The impact of functional MDM2-polymorphisms on neutrophil counts in breast cancer patients during neoadjuvant chemotherapy.

Background: Functional polymorphisms in the MDM2 promoters have been linked to cancer risk and several non-malignant conditions. Their potential role in bone marrow function during chemotherapy is largely unknown.

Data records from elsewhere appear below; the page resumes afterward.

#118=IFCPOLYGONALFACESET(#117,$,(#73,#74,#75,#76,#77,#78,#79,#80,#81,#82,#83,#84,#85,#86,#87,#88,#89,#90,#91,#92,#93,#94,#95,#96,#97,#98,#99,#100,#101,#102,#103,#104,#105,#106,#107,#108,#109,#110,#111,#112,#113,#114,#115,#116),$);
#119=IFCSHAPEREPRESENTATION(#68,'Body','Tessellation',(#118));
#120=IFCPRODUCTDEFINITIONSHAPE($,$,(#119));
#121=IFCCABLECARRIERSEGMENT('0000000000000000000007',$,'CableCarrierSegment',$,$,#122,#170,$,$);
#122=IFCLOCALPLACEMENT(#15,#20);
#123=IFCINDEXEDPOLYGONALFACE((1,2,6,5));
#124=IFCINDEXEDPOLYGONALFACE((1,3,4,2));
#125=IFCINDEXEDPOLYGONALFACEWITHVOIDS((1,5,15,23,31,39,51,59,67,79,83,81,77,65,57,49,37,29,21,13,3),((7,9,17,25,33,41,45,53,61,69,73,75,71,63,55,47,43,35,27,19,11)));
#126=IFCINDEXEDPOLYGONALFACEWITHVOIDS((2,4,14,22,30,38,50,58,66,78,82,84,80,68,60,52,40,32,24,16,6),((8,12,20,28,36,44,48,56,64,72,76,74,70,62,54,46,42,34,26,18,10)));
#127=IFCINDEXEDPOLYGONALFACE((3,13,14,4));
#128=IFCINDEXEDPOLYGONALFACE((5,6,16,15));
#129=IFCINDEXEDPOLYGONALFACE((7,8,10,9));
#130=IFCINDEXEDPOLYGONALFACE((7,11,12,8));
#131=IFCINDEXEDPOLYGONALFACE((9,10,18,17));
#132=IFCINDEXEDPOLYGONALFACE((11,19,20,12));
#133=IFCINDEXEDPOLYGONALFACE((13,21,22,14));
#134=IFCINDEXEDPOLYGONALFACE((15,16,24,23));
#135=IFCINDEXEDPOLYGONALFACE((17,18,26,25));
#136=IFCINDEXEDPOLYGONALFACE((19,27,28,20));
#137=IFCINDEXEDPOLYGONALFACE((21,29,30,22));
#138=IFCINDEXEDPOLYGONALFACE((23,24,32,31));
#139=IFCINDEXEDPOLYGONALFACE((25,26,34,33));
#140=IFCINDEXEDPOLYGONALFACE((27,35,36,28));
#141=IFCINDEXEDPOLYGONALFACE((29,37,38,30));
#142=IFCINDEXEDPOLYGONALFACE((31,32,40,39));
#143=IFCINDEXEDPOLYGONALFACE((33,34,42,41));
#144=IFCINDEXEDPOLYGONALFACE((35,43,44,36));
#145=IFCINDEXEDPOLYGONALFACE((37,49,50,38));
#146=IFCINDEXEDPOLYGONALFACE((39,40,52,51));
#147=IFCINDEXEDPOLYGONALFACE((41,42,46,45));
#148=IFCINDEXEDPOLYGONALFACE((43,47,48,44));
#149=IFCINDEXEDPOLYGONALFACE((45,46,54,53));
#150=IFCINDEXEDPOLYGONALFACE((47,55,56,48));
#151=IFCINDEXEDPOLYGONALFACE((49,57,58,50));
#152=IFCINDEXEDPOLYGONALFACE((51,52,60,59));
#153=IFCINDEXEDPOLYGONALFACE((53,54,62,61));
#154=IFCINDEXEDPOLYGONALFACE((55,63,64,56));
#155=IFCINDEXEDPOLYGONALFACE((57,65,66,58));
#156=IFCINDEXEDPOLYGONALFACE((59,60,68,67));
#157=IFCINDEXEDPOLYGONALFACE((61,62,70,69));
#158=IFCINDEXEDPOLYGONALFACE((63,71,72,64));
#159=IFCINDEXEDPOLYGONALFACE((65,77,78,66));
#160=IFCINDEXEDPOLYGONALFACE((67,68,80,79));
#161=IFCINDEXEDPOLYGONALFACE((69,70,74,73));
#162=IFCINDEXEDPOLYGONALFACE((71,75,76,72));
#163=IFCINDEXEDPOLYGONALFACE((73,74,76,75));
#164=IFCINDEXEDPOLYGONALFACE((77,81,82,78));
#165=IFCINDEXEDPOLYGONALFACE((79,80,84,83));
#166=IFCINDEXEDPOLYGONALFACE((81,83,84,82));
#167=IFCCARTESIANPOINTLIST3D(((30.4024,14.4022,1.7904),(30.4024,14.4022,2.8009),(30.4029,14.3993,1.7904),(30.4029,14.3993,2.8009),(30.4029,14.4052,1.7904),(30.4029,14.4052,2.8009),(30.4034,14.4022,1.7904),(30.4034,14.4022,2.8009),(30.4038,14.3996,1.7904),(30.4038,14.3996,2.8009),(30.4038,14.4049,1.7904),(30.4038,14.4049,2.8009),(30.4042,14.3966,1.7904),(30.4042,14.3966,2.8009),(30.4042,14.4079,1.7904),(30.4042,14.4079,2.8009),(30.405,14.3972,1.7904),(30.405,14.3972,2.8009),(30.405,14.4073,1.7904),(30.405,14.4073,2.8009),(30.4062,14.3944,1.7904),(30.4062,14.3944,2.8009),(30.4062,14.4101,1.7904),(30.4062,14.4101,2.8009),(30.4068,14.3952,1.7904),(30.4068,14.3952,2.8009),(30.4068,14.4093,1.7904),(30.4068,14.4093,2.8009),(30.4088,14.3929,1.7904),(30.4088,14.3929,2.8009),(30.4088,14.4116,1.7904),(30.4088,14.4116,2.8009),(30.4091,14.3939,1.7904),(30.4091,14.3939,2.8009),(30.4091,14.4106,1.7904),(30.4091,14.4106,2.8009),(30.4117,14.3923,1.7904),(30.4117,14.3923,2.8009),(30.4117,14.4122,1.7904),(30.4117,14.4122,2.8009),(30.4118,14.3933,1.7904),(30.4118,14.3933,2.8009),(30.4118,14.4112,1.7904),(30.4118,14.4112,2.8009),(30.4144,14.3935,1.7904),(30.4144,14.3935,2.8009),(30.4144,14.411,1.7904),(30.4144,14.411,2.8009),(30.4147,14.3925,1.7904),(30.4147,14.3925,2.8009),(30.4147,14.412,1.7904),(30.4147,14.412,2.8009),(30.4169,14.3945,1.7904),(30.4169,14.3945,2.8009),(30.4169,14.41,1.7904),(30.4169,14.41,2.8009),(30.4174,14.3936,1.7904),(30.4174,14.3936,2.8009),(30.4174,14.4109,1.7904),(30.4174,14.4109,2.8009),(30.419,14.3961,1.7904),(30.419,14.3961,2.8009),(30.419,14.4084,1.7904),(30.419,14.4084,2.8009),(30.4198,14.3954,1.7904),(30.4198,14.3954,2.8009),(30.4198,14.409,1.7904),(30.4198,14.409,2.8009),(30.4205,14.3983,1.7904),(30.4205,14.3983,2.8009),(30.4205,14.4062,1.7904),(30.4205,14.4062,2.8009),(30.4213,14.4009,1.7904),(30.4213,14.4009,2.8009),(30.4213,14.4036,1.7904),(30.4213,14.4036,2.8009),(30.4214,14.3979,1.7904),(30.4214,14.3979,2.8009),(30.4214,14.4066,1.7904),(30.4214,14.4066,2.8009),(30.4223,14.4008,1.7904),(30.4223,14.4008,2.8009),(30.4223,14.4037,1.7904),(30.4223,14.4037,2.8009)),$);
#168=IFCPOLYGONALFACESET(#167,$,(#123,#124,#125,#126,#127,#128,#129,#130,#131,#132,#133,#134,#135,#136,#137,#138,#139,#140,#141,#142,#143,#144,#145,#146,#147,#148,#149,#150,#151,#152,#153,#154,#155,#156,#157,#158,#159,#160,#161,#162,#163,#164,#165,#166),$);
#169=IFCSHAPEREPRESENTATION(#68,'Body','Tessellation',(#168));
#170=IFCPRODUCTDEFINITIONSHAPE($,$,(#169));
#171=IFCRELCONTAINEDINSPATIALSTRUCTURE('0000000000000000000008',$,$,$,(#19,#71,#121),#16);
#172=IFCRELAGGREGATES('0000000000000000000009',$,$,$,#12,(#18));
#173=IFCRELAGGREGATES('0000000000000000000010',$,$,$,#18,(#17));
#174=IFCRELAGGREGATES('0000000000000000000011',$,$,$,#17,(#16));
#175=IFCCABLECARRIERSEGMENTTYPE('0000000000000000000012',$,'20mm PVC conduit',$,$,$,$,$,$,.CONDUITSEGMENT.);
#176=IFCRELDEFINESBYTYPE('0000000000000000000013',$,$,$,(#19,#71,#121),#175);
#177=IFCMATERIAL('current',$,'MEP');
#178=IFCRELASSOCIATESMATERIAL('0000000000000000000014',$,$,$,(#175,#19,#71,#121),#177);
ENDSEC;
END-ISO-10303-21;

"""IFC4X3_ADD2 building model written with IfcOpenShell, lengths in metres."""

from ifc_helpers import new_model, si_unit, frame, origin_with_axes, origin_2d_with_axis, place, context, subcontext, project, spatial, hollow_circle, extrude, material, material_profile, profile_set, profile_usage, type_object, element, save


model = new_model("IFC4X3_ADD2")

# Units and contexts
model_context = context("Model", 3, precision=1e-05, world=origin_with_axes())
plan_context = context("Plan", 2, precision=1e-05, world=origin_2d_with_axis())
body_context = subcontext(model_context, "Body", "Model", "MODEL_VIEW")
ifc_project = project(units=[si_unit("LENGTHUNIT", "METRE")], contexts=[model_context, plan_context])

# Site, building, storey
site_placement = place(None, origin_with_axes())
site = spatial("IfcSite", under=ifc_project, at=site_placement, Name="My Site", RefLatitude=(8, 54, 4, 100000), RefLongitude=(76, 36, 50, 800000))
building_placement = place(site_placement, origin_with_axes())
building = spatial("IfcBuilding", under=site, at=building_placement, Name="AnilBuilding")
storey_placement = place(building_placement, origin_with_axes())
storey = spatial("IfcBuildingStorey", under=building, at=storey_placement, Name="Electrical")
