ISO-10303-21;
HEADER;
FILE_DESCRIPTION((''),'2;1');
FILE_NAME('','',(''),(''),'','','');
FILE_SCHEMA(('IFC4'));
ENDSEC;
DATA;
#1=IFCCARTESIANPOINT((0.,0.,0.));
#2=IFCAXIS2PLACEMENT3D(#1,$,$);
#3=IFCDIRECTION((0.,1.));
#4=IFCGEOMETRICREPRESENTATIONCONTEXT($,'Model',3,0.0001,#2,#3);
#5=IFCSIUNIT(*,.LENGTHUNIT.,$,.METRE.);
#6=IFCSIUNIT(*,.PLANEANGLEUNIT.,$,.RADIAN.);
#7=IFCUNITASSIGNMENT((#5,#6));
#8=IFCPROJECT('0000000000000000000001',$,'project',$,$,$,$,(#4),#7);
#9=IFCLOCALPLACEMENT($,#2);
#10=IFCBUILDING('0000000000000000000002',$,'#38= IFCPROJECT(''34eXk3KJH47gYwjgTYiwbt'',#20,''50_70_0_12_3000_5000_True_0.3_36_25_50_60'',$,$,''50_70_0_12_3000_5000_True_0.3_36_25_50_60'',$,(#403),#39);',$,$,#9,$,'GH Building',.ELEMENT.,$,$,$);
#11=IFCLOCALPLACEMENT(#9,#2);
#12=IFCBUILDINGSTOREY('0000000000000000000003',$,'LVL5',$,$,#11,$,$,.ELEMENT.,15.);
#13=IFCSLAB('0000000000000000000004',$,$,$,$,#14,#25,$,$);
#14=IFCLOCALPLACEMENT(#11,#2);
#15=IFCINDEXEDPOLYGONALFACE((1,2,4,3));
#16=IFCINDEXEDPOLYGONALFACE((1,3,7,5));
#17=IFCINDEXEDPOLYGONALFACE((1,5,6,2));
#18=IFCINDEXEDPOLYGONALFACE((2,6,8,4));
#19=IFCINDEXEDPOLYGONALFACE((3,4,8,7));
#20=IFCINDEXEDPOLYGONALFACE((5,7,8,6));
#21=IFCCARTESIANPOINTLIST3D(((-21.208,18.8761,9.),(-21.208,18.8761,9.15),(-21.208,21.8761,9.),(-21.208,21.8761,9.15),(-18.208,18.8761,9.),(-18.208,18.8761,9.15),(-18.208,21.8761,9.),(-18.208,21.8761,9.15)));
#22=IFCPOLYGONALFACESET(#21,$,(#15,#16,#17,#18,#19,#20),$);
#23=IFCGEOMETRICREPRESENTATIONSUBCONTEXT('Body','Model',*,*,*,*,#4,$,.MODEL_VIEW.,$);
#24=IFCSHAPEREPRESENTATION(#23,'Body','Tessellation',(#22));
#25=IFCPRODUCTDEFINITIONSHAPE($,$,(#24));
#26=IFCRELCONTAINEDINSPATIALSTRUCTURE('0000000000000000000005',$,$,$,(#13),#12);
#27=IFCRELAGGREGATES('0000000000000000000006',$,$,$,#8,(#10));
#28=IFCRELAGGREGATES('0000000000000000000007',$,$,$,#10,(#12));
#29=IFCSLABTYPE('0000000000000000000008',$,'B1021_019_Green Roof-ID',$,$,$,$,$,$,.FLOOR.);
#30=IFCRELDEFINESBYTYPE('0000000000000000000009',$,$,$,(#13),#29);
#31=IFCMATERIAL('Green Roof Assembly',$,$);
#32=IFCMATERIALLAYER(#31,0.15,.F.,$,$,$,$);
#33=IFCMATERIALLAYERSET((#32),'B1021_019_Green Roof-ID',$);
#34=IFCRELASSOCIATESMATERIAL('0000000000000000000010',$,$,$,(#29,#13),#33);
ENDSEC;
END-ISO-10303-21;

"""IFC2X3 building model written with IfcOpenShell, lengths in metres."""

from ifc_helpers import new_model, si_unit, direction, frame, origin, place, context, subcontext, project, spatial, polyline, outline, extrude, material, layer, layer_set, layer_usage, type_object, element, save


model = new_model("IFC2X3")

# Units and contexts
model_context = context("Model", 3, precision=0.0001, world=origin(), true_north=direction((0.0, 1.0)))
body_context = subcontext(model_context, "Body", "Model", "MODEL_VIEW")
ifc_project = project(units=[si_unit("LENGTHUNIT", "METRE"), si_unit("PLANEANGLEUNIT", "RADIAN")], contexts=[model_context])

# Building, storey
building_placement = place(None, origin())
building = spatial("IfcBuilding", under=ifc_project, at=building_placement, Name="#38= IFCPROJECT('34eXk3KJH47gYwjgTYiwbt',#20,'50_70_0_12_3000_5000_True_0.3_36_25_50_60',$,$,'50_70_0_12_3000_5000_True_0.3_36_25_50_60',$,(#403),#39);", LongName="GH Building", CompositionType="ELEMENT")
storey_placement = place(building_placement, origin())
storey = spatial("IfcBuildingStorey", under=building, at=storey_placement, Name="LVL5", CompositionType="ELEMENT", Elevation=15.0)

# Slab
ifc_material_1 = material(Name="Green Roof Assembly")
ifc_layer_1 = layer(ifc_material_1, 0.15, ventilated=False)
ifc_layer_set_1 = layer_set([ifc_layer_1], Name="B1021_019_Green Roof-ID")
slab_type_1 = type_object("IfcSlabType", Name="B1021_019_Green Roof-ID", PredefinedType="FLOOR", material=ifc_layer_set_1)
ifc_layer_usage_1 = layer_usage(ifc_layer_set_1, "AXIS3", "NEGATIVE", -0.15)
slab_1_placement = place(storey_placement, frame((-19.708, 20.3761, 9.0)))
element("IfcSlab", 1, at=slab_1_placement, inside=storey, type_object=slab_type_1, material=ifc_layer_usage_1, context=body_context, shape_type="SweptSolid", body=[
    extrude(outline(polyline([(1.5, -1.5), (-1.5, -1.5), (-1.5, 1.5), (1.5, 1.5), (1.5, -1.5)])), origin(), (0.0, 0.0, 1.0), 0.15),
])

save(model, "model.ifc")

Methods: We investigated the potential associations between genotypes of MDM2 SNP309 (rs2279744), SNP285 (rs117039649) and del1518 (rs3730485) and neutrophil counts in breast cancer patients receiving neoadjuvant sequential epirubicin and docetaxel, with additional G-CSF, in the DDP-trial (NCT00496795). We applied longitudinal ratios, post vs. pre-treatment, of neutrophil counts as our main measure. Differences by genotypes were tested by Jonckheere-Terpstra test for ranked alternatives, while dominant and recessive models were tested by Mann-Whitney U test, and additional sub-analyses were performed for genotype combinations.

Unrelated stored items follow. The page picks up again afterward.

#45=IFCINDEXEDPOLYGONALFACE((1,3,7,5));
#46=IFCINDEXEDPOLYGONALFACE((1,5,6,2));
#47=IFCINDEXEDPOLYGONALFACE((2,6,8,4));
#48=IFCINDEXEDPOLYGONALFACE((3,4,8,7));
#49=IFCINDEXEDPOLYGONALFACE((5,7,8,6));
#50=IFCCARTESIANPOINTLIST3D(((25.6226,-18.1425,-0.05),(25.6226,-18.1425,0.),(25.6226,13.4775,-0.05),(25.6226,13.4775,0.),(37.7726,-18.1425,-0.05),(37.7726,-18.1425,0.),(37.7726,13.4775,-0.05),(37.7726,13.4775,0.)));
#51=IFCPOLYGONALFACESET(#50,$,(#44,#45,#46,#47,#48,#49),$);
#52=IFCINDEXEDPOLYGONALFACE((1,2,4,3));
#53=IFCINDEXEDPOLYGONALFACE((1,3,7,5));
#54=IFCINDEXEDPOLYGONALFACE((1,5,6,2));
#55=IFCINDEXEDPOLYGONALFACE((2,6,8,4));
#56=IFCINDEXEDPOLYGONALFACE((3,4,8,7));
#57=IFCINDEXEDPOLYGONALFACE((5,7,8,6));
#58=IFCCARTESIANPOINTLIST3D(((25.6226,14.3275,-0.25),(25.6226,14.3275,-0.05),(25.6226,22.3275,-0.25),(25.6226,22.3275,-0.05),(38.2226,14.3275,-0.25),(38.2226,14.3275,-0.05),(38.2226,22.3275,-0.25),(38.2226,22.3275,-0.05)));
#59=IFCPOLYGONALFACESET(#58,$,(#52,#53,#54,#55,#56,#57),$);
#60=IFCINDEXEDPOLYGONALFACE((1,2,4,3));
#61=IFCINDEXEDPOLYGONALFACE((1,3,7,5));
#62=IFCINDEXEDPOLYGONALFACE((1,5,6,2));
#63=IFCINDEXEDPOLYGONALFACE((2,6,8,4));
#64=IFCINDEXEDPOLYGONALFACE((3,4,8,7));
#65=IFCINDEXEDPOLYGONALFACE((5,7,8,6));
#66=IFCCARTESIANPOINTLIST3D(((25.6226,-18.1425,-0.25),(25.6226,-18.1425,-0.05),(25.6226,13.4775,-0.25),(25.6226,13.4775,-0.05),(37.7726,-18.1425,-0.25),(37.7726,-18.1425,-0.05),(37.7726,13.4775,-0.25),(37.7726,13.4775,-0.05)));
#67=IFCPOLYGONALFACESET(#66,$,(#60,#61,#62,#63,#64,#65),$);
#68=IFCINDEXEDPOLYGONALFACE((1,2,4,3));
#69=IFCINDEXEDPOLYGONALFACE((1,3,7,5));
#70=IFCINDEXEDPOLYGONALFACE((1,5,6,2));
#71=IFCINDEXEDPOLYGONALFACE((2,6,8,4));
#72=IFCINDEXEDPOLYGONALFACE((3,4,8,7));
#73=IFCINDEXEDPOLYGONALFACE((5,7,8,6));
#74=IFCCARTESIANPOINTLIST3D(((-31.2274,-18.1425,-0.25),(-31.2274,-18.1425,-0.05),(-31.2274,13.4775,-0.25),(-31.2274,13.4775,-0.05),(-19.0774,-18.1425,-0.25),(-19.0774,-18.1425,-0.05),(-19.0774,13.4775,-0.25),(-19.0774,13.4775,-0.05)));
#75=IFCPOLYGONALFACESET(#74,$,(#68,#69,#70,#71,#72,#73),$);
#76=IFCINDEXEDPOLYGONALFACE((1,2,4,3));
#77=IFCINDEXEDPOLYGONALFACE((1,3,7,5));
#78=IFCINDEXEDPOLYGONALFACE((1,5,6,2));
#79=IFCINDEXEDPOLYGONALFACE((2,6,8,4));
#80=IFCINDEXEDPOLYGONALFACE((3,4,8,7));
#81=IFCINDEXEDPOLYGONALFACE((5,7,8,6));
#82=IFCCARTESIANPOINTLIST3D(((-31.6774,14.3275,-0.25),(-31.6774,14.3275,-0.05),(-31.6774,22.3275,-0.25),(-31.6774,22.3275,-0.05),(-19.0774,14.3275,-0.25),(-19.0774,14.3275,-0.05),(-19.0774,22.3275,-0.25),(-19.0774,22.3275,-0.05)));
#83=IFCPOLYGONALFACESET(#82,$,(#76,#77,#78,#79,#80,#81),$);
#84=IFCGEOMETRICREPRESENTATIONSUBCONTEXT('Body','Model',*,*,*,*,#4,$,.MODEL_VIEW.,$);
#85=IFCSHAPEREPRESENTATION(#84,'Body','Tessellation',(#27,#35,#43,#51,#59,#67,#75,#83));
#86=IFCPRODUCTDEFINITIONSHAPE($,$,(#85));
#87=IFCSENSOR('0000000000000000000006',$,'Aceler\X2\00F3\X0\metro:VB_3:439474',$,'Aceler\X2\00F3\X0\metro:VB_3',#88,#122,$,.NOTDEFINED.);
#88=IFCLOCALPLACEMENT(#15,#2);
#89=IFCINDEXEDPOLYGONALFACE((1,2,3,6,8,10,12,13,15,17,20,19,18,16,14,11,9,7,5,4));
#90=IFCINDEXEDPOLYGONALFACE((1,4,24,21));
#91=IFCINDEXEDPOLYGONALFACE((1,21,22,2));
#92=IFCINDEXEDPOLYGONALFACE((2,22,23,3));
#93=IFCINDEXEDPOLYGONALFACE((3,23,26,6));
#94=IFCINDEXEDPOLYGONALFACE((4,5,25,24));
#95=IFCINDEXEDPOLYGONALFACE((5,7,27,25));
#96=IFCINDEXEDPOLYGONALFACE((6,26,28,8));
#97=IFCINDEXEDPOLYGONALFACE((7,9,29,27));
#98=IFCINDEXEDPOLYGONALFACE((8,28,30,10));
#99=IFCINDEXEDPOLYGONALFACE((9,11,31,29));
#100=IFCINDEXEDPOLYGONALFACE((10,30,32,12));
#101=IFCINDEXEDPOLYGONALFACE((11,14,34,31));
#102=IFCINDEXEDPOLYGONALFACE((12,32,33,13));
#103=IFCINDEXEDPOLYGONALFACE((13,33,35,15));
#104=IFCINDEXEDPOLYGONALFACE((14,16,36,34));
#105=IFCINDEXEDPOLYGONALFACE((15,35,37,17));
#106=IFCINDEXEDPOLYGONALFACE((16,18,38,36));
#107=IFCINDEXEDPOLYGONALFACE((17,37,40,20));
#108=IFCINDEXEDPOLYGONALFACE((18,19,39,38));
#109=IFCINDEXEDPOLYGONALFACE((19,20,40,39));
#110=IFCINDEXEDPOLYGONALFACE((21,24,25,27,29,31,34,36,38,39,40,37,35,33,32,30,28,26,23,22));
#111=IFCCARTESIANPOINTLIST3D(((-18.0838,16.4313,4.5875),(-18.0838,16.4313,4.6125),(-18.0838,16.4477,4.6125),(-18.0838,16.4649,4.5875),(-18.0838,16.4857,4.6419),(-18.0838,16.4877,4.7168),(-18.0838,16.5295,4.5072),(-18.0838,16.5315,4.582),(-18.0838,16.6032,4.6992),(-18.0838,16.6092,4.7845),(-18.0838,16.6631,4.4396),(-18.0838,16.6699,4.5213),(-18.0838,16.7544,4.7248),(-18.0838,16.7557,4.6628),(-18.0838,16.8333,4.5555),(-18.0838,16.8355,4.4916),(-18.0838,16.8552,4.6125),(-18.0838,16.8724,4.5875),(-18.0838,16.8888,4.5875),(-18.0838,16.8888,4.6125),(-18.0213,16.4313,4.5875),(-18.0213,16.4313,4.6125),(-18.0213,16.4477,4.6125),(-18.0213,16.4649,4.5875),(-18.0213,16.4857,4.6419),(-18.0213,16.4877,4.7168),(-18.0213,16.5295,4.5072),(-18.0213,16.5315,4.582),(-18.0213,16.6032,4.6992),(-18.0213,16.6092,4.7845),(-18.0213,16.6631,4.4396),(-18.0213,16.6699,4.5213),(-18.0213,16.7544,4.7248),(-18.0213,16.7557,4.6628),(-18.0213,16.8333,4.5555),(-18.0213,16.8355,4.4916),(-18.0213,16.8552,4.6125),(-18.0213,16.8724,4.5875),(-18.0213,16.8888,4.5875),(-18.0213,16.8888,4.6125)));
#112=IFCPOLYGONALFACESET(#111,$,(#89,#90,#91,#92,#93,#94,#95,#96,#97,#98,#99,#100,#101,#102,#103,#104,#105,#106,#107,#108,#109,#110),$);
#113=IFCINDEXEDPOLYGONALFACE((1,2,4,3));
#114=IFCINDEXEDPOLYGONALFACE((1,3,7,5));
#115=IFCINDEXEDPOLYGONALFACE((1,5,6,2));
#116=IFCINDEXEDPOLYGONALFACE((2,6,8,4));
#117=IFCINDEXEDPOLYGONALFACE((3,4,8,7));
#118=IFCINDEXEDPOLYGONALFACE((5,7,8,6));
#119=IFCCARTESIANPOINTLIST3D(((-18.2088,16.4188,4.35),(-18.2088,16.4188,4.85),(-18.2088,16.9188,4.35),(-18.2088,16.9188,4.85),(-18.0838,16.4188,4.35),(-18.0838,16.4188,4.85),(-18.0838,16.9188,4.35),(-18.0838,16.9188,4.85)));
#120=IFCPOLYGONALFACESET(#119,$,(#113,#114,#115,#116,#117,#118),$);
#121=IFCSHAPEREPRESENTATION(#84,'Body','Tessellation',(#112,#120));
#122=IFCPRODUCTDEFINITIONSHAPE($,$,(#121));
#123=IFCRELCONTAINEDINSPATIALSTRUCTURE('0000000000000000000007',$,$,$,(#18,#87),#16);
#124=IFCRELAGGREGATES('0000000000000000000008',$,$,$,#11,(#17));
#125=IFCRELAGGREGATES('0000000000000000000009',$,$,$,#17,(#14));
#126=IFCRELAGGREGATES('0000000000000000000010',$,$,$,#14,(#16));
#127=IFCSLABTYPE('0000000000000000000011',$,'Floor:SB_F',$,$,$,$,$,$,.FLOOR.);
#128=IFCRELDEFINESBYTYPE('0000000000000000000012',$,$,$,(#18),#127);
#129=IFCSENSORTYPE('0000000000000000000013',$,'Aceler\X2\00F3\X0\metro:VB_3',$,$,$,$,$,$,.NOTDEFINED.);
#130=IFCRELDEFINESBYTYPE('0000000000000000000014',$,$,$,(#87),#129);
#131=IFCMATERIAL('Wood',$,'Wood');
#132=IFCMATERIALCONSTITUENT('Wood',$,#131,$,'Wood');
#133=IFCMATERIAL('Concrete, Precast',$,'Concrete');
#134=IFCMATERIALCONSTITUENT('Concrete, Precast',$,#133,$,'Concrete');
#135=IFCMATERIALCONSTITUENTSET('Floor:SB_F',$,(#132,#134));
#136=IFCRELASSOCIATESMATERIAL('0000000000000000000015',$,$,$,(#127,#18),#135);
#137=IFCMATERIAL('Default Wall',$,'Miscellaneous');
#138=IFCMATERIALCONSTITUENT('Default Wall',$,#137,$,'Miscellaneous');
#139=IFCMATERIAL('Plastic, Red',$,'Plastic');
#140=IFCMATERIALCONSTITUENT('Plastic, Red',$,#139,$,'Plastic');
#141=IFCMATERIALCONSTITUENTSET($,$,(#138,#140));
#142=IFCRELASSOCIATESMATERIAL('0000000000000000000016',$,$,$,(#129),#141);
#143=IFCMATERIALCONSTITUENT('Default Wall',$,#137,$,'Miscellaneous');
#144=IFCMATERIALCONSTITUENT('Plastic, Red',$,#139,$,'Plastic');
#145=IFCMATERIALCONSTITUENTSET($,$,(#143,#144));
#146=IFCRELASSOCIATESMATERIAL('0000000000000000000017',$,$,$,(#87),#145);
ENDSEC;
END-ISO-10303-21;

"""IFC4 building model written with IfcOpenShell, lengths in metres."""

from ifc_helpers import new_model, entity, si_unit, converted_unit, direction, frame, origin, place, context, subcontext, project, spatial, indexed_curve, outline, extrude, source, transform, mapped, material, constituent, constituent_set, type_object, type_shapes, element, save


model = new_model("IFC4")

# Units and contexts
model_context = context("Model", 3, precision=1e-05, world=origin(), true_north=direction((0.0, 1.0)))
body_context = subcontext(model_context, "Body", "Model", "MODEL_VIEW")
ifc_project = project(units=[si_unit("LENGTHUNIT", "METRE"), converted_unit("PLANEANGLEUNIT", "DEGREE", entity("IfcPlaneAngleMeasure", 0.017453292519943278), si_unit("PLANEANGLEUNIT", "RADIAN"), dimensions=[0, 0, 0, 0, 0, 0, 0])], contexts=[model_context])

Results: The SNP309 reference T-allele was associated with a better sustained neutrophil count (p = 0.035). A similar association was observed for the alternative del-allele of the del1518 (p = 0.049). Additionally, in combined genotype-analyses, patients with the SNP309 TT genotype and at least one copy of the del1518 del-allele had particularly favorable sustained neutrophil counts during chemotherapy treatment (p = 0.005).

Conclusions: Our study provides evidence that MDM2 promoter polymorphisms may be associated with neutrophil counts and bone marrow recovery during chemotherapy treatment in breast cancer patients.

Trial registration: The DDP-trial was registered at ClinicalTrials.gov (NCT00496795; registration date 2007-07-04).